Burgess longlisted for the Leacock
May 05th, 2025

BC-based humour writer, Steve Burgess’s Reservations: The Pleasures and Perils of Travel (D&M $26.95) has been longlisted for the 2025 Stephen Leacock Memorial Medal for Humour
Celebrating 78 years since its inception, the award recognizes excellence in Canadian literary humour. Past winners have included Terry Fallis, Will Ferguson, W.O. Mitchell, Stuart McLean and Mordecai Richler.
The three finalists for the award will be named on Tuesday, May 20, 2025, with the medal winner being announced on Saturday, June 21, 2025, at the Leacock Medal Award Gala Dinner in Orillia, Ontario.
As Reservations notes, travel was once a marker of sophistication. Now the tourist is just as likely to be viewed as one locust in an annihilating swarm. Tourists face tough questions: When does economic opportunity become exploitation? How do we justify the use of climate-changing jet fuel? And can we be sure our tourist dollars aren’t propping up corrupt and brutal regimes?
Now, as the world returns to travel, Steve Burgess asks: Is satisfying our own wanderlust worth the trouble it causes everyone else? Or is the tourist guilty of the charges—from voyeurism to desecration—levelled against them by everyone from environmentalists to exhausted locals and superior-feeling fellow tourists who have traded in the tour bus for “authentic experiences?”
In this comedic interrogation of our right to roam, Burgess looks into the traveller’s soul, sharing the stories of some of his most personally significant travels, from Rome to Tana Toraja, and looking to studies and experts around the world for insight into why we travel and how we could do it better. And throughout, he tells the story of a month in Japan—his first trip outside North America—and the whirlwind cross-cultural romance that brought him there and took him on a journey around the country in search of wonder and maybe even love.

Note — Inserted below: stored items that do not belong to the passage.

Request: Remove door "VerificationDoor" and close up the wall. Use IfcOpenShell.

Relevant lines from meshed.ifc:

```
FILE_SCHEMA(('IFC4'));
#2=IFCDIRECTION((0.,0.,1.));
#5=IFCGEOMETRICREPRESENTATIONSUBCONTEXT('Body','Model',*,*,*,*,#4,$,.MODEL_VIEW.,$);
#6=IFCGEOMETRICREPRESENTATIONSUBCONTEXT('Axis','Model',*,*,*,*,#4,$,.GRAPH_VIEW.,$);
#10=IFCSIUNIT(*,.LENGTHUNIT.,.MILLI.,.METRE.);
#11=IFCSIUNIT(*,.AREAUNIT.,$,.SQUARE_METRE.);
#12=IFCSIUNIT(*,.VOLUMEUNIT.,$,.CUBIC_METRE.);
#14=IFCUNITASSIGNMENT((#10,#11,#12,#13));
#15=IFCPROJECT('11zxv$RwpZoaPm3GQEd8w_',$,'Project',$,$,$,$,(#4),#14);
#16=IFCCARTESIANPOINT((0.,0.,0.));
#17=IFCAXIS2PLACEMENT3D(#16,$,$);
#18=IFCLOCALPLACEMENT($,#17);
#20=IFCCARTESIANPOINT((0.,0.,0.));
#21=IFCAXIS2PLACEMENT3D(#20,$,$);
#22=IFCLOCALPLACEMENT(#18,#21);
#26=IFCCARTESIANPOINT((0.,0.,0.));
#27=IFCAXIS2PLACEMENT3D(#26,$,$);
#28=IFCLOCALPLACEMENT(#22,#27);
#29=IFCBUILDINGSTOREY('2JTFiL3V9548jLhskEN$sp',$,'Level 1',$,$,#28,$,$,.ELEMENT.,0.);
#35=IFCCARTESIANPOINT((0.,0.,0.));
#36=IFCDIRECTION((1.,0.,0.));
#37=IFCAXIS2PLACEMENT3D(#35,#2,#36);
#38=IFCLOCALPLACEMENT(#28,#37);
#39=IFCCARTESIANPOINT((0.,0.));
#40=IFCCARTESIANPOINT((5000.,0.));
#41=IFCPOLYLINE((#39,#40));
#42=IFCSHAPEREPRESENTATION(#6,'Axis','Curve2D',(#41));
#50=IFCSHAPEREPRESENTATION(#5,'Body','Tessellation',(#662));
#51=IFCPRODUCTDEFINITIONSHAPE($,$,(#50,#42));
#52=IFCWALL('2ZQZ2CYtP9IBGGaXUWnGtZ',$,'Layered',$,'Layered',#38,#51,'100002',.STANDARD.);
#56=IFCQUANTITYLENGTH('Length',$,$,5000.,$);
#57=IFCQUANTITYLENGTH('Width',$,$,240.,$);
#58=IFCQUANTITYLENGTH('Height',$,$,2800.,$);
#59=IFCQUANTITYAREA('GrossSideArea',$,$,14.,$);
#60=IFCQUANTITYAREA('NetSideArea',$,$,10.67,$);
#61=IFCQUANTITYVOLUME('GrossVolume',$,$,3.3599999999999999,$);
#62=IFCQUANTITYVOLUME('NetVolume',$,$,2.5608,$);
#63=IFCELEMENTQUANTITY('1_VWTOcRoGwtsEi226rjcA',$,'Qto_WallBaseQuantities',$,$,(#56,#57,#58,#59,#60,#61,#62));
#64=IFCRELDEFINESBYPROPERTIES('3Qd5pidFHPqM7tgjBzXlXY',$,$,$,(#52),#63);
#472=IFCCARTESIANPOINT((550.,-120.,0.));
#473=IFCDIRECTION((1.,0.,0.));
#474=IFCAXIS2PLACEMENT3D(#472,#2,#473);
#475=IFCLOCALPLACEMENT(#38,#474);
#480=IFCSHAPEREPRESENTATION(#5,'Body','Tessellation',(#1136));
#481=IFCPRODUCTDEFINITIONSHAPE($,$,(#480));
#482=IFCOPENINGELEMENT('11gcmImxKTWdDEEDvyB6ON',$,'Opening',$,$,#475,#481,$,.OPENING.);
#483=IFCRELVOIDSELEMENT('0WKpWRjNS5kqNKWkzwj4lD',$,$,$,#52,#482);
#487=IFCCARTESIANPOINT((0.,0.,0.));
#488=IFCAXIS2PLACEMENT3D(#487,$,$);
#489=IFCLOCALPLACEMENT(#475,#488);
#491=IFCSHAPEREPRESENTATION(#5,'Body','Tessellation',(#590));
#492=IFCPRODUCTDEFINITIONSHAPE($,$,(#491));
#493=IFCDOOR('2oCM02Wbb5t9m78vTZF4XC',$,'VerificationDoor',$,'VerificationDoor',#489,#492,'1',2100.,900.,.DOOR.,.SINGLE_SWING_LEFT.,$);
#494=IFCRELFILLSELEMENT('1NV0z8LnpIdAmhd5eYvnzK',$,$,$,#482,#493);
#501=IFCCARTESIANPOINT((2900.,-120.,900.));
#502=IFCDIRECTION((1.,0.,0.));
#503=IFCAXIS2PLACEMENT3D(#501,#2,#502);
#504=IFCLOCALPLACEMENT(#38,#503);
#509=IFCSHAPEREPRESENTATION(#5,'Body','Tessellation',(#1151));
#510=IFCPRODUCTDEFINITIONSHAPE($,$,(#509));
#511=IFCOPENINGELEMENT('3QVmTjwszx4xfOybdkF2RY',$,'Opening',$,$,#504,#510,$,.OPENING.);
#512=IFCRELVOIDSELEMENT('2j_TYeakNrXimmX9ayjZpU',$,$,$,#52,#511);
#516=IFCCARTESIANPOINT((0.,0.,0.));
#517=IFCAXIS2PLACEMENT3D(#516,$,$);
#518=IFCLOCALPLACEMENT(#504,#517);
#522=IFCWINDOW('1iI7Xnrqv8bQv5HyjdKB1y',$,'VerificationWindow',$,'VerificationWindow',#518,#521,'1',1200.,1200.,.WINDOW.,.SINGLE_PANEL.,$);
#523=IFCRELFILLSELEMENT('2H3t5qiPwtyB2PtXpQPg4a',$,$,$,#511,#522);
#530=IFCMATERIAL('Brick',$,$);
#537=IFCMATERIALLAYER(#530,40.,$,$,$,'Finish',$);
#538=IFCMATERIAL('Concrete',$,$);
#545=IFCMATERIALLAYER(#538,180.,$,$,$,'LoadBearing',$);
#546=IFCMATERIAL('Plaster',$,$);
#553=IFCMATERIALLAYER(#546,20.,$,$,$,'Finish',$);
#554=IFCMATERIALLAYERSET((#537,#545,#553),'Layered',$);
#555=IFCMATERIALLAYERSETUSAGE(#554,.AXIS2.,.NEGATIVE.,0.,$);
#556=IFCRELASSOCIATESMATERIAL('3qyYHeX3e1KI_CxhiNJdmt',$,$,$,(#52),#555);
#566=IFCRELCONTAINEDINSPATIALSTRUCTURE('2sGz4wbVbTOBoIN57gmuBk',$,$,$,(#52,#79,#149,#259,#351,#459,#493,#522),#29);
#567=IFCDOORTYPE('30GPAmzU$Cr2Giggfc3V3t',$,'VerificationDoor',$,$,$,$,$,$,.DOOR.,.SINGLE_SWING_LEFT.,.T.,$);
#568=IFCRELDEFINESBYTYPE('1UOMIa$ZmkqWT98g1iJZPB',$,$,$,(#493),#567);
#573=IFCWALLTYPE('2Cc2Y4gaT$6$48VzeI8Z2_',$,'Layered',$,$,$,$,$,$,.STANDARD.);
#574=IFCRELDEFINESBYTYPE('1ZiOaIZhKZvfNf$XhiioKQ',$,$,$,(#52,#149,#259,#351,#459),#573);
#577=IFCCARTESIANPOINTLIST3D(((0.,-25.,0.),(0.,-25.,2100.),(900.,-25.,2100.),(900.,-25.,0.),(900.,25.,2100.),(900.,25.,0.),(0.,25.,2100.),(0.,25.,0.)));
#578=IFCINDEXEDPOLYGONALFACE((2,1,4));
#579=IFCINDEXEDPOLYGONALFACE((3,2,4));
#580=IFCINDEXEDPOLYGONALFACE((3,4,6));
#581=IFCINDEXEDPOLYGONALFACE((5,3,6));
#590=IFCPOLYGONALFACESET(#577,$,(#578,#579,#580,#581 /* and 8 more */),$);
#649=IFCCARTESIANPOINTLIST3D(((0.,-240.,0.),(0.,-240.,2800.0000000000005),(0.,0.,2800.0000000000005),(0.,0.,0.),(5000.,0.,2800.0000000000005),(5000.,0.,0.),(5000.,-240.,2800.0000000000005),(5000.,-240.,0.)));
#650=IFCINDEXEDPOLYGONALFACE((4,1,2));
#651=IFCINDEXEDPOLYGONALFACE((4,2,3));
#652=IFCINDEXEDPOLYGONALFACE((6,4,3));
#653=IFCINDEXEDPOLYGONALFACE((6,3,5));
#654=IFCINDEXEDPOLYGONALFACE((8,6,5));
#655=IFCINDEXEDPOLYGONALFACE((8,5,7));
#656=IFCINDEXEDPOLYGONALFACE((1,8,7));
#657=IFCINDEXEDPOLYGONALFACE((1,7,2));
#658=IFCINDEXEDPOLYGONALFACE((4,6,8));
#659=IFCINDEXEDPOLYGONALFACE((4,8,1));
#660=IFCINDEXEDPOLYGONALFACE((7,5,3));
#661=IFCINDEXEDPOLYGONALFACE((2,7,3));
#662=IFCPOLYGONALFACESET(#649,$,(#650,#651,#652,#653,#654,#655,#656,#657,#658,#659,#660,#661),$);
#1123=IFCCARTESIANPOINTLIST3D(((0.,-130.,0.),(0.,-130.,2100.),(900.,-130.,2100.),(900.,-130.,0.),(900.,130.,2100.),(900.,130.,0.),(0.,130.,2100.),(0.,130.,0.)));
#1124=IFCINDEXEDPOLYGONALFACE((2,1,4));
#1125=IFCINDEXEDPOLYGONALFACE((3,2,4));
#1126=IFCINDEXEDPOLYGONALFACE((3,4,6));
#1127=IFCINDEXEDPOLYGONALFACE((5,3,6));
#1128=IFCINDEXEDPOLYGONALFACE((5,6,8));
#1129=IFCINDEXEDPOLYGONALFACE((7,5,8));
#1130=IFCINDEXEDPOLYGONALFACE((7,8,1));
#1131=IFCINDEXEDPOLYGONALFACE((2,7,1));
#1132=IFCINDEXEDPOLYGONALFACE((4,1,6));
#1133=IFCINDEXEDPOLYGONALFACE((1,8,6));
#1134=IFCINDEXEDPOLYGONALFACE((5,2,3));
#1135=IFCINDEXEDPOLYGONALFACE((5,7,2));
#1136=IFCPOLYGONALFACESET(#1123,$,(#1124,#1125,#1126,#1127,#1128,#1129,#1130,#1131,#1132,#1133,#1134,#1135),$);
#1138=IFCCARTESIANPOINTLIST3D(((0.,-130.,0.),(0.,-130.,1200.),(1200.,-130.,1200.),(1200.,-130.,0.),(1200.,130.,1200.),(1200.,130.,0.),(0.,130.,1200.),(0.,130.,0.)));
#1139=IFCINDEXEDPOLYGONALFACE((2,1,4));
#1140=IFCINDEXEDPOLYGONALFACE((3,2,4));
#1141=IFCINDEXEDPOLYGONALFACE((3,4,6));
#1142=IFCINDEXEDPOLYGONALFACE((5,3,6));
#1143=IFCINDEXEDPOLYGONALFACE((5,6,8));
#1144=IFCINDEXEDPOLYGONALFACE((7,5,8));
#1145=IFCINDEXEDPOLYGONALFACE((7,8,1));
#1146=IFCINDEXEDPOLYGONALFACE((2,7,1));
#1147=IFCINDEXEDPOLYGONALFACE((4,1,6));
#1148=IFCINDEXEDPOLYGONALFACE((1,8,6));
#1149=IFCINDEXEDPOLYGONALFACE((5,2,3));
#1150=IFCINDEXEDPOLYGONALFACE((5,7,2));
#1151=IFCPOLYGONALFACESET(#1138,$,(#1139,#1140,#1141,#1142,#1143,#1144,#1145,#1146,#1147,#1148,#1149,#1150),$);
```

```python
import ifcopenshell
import ifcopenshell.api.feature
import ifcopenshell.api.pset
import ifcopenshell.api.root
import ifcopenshell.geom
import ifcopenshell.util.element
import ifcopenshell.util.shape
import ifcopenshell.util.unit

model = ifcopenshell.open("meshed.ifc")
area_scale = ifcopenshell.util.unit.calculate_unit_scale(model, "AREAUNIT")
volume_scale = ifcopenshell.util.unit.calculate_unit_scale(model, "VOLUMEUNIT")
settings = ifcopenshell.geom.settings()


def volume(element):
    """Net volume in cubic metres, openings subtracted."""
    shape = ifcopenshell.geom.create_shape(settings, element)
    return ifcopenshell.util.shape.get_volume(shape.geometry)


door = model.by_guid("2oCM02Wbb5t9m78vTZF4XC")
opening = door.FillsVoids[0].RelatingOpeningElement
wall = opening.VoidsElements[0].RelatingBuildingElement
before = volume(wall)

ifcopenshell.api.root.remove_product(model, product=door)
ifcopenshell.api.feature.remove_feature(model, feature=opening)

after = volume(wall)
thickness = 0.24  # wall thickness in metres

# Update the wall's stored quantities.
qto = model.by_id(ifcopenshell.util.element.get_pset(wall, "Qto_WallBaseQuantities", should_inherit=False)["id"])
ifcopenshell.api.pset.edit_qto(model, qto=qto, properties={
    "NetSideArea": after / thickness / area_scale,
    "NetVolume": after / volume_scale,
})

print(f"wall volume {before:.3f} -> {after:.3f} m3")

model.write("meshed_v2.ifc")
```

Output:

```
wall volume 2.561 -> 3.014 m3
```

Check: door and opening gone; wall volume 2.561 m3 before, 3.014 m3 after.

“Steve’s sly humour made Reservations so much fun to read, but it’s his candour about what leaves many of us conflicted about travel that has stayed with me—from the environmental impact of tourism to selfie culture,” says Ian Hanomansing, co-host of CBC’s The National. “A reminder of why and how we should travel, his gentle message to those obsessively checking off bucket lists is ‘Serendipity is the bucket with a hole in it.’ More than anything, this is a man who loves seeing the world, and it was a joy seeing it with him.”
Andrew Coyne, a columnist for The Globe and Mail says of Burgess’s book: “A defense of tourism, in spite of it all, from a passionate but conflicted traveler. Steve Burgess mixes brooding insights with biting humour—Paul Theroux meets David Sedaris—as he roams the world in search of adventure, meaning and love. A sparkling, provocative inquiry into the soul of the self-loathing tourist.”
ABOUT THE AUTHOR
Steve Burgess is a writer and broadcaster whose honours include two Canadian National Magazine awards. Burgess is a contributing editor of The Tyee and an award-winning documentary director. He is the author of Who Killed Mom? (Greystone, 2011) and his stories have been featured in publications including Reader’s Digest, Maclean’s and The Globe and Mail. He lives in Vancouver.